» Description of the task: The whole listing is to be transcribed exactly as it stands.

» Task data:
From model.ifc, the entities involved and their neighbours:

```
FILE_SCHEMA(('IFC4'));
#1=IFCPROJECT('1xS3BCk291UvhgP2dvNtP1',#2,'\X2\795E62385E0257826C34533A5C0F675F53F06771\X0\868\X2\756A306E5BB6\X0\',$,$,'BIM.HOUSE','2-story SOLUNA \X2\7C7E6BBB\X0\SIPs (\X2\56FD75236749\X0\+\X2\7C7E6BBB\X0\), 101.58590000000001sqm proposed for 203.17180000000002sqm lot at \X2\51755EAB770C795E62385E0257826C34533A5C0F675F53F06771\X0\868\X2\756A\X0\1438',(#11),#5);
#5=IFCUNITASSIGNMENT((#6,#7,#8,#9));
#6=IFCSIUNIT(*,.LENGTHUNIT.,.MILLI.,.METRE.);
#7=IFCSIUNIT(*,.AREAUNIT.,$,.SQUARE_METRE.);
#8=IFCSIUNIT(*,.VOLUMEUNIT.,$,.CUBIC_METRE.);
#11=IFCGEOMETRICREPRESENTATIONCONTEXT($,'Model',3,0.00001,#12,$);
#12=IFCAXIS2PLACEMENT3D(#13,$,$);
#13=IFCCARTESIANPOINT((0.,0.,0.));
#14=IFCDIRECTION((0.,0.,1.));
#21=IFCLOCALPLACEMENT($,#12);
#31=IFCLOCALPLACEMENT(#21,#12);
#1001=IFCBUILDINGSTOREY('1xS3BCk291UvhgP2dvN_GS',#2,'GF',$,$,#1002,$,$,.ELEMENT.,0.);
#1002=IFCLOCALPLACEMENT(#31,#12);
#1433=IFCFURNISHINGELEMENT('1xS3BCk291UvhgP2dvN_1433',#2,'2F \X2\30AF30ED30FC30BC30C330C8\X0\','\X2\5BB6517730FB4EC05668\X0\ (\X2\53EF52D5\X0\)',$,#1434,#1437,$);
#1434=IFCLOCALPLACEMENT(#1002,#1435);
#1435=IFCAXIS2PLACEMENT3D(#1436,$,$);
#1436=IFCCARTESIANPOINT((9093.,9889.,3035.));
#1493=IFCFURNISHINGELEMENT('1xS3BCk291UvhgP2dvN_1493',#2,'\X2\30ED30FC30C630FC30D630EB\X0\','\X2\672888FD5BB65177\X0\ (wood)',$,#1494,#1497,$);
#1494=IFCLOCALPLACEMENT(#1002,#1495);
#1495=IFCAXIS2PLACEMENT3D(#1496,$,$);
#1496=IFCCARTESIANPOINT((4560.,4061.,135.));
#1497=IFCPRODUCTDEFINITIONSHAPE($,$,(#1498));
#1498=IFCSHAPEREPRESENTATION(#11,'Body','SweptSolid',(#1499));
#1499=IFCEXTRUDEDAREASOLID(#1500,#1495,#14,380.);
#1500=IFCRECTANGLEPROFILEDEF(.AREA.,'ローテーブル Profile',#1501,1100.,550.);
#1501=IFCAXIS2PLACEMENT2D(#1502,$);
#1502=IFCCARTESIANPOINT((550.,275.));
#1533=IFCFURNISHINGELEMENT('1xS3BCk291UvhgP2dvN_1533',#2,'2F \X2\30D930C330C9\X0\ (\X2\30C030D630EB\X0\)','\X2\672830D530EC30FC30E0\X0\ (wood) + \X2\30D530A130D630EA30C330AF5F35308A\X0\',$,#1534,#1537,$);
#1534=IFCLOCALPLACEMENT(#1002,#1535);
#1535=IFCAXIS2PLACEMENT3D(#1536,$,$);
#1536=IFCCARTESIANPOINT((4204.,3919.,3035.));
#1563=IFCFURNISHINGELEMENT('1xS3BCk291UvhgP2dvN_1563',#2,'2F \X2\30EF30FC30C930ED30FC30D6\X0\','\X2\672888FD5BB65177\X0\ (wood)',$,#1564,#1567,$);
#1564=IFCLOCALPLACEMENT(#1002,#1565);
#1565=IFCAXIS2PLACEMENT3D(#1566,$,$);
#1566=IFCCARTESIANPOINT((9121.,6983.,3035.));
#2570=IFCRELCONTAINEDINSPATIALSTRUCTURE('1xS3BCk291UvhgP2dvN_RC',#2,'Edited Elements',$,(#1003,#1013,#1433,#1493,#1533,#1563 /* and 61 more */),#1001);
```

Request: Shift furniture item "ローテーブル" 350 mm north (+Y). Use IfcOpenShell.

```python
import ifcopenshell
import ifcopenshell.api.geometry
import ifcopenshell.util.placement
import ifcopenshell.util.unit

model = ifcopenshell.open("model.ifc")
unit_scale = ifcopenshell.util.unit.calculate_unit_scale(model)

item = model.by_guid("1xS3BCk291UvhgP2dvN_1493")
matrix = ifcopenshell.util.placement.get_local_placement(item.ObjectPlacement)
matrix[1, 3] += 0.35 / unit_scale
ifcopenshell.api.geometry.edit_object_placement(model, product=item, matrix=matrix, is_si=False)

print(ifcopenshell.util.placement.get_local_placement(item.ObjectPlacement).round(3) + 0.0)

model.write("model-out.ifc")
```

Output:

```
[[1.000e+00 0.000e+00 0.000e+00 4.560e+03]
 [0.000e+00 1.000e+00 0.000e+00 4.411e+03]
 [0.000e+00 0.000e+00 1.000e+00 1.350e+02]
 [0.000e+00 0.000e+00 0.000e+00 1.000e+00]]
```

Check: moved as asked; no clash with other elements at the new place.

» Result of this exercise:
From model.ifc, the entities involved and their neighbours:

```
FILE_SCHEMA(('IFC4'));
#1=IFCPROJECT('1xS3BCk291UvhgP2dvNtP1',#2,'\X2\795E62385E0257826C34533A5C0F675F53F06771\X0\868\X2\756A306E5BB6\X0\',$,$,'BIM.HOUSE','2-story SOLUNA \X2\7C7E6BBB\X0\SIPs (\X2\56FD75236749\X0\+\X2\7C7E6BBB\X0\), 101.58590000000001sqm proposed for 203.17180000000002sqm lot at \X2\51755EAB770C795E62385E0257826C34533A5C0F675F53F06771\X0\868\X2\756A\X0\1438',(#11),#5);
#5=IFCUNITASSIGNMENT((#6,#7,#8,#9));
#6=IFCSIUNIT(*,.LENGTHUNIT.,.MILLI.,.METRE.);
#7=IFCSIUNIT(*,.AREAUNIT.,$,.SQUARE_METRE.);
#8=IFCSIUNIT(*,.VOLUMEUNIT.,$,.CUBIC_METRE.);
#11=IFCGEOMETRICREPRESENTATIONCONTEXT($,'Model',3,0.00001,#12,$);
#12=IFCAXIS2PLACEMENT3D(#13,$,$);
#13=IFCCARTESIANPOINT((0.,0.,0.));
#14=IFCDIRECTION((0.,0.,1.));
#21=IFCLOCALPLACEMENT($,#12);
#31=IFCLOCALPLACEMENT(#21,#12);
#1001=IFCBUILDINGSTOREY('1xS3BCk291UvhgP2dvN_GS',#2,'GF',$,$,#1002,$,$,.ELEMENT.,0.);
#1002=IFCLOCALPLACEMENT(#31,#12);
#1433=IFCFURNISHINGELEMENT('1xS3BCk291UvhgP2dvN_1433',#2,'2F \X2\30AF30ED30FC30BC30C330C8\X0\','\X2\5BB6517730FB4EC05668\X0\ (\X2\53EF52D5\X0\)',$,#1434,#1437,$);
#1434=IFCLOCALPLACEMENT(#1002,#1435);
#1435=IFCAXIS2PLACEMENT3D(#1436,$,$);
#1436=IFCCARTESIANPOINT((9093.,9889.,3035.));
#1493=IFCFURNISHINGELEMENT('1xS3BCk291UvhgP2dvN_1493',#2,'\X2\30ED30FC30C630FC30D630EB\X0\','\X2\672888FD5BB65177\X0\ (wood)',$,#1494,#1497,$);
#1494=IFCLOCALPLACEMENT(#1002,#1495);
#1495=IFCAXIS2PLACEMENT3D(#1496,$,$);
#1496=IFCCARTESIANPOINT((4560.,4061.,135.));
#1497=IFCPRODUCTDEFINITIONSHAPE($,$,(#1498));
#1498=IFCSHAPEREPRESENTATION(#11,'Body','SweptSolid',(#1499));
#1499=IFCEXTRUDEDAREASOLID(#1500,#1495,#14,380.);
#1500=IFCRECTANGLEPROFILEDEF(.AREA.,'ローテーブル Profile',#1501,1100.,550.);
#1501=IFCAXIS2PLACEMENT2D(#1502,$);
#1502=IFCCARTESIANPOINT((550.,275.));
#1533=IFCFURNISHINGELEMENT('1xS3BCk291UvhgP2dvN_1533',#2,'2F \X2\30D930C330C9\X0\ (\X2\30C030D630EB\X0\)','\X2\672830D530EC30FC30E0\X0\ (wood) + \X2\30D530A130D630EA30C330AF5F35308A\X0\',$,#1534,#1537,$);
#1534=IFCLOCALPLACEMENT(#1002,#1535);
#1535=IFCAXIS2PLACEMENT3D(#1536,$,$);
#1536=IFCCARTESIANPOINT((4204.,3919.,3035.));
#1563=IFCFURNISHINGELEMENT('1xS3BCk291UvhgP2dvN_1563',#2,'2F \X2\30EF30FC30C930ED30FC30D6\X0\','\X2\672888FD5BB65177\X0\ (wood)',$,#1564,#1567,$);
#1564=IFCLOCALPLACEMENT(#1002,#1565);
#1565=IFCAXIS2PLACEMENT3D(#1566,$,$);
#1566=IFCCARTESIANPOINT((9121.,6983.,3035.));
#2570=IFCRELCONTAINEDINSPATIALSTRUCTURE('1xS3BCk291UvhgP2dvN_RC',#2,'Edited Elements',$,(#1003,#1013,#1433,#1493,#1533,#1563 /* and 61 more */),#1001);
```

Request: Shift furniture item "ローテーブル" 350 mm north (+Y). Use IfcOpenShell.

```python
import ifcopenshell
import ifcopenshell.api.geometry
import ifcopenshell.util.placement
import ifcopenshell.util.unit

model = ifcopenshell.open("model.ifc")
unit_scale = ifcopenshell.util.unit.calculate_unit_scale(model)

item = model.by_guid("1xS3BCk291UvhgP2dvN_1493")
matrix = ifcopenshell.util.placement.get_local_placement(item.ObjectPlacement)
matrix[1, 3] += 0.35 / unit_scale
ifcopenshell.api.geometry.edit_object_placement(model, product=item, matrix=matrix, is_si=False)

print(ifcopenshell.util.placement.get_local_placement(item.ObjectPlacement).round(3) + 0.0)

model.write("model-out.ifc")
```

Output:

```
[[1.000e+00 0.000e+00 0.000e+00 4.560e+03]
 [0.000e+00 1.000e+00 0.000e+00 4.411e+03]
 [0.000e+00 0.000e+00 1.000e+00 1.350e+02]
 [0.000e+00 0.000e+00 0.000e+00 1.000e+00]]
```

Check: moved as asked; no clash with other elements at the new place.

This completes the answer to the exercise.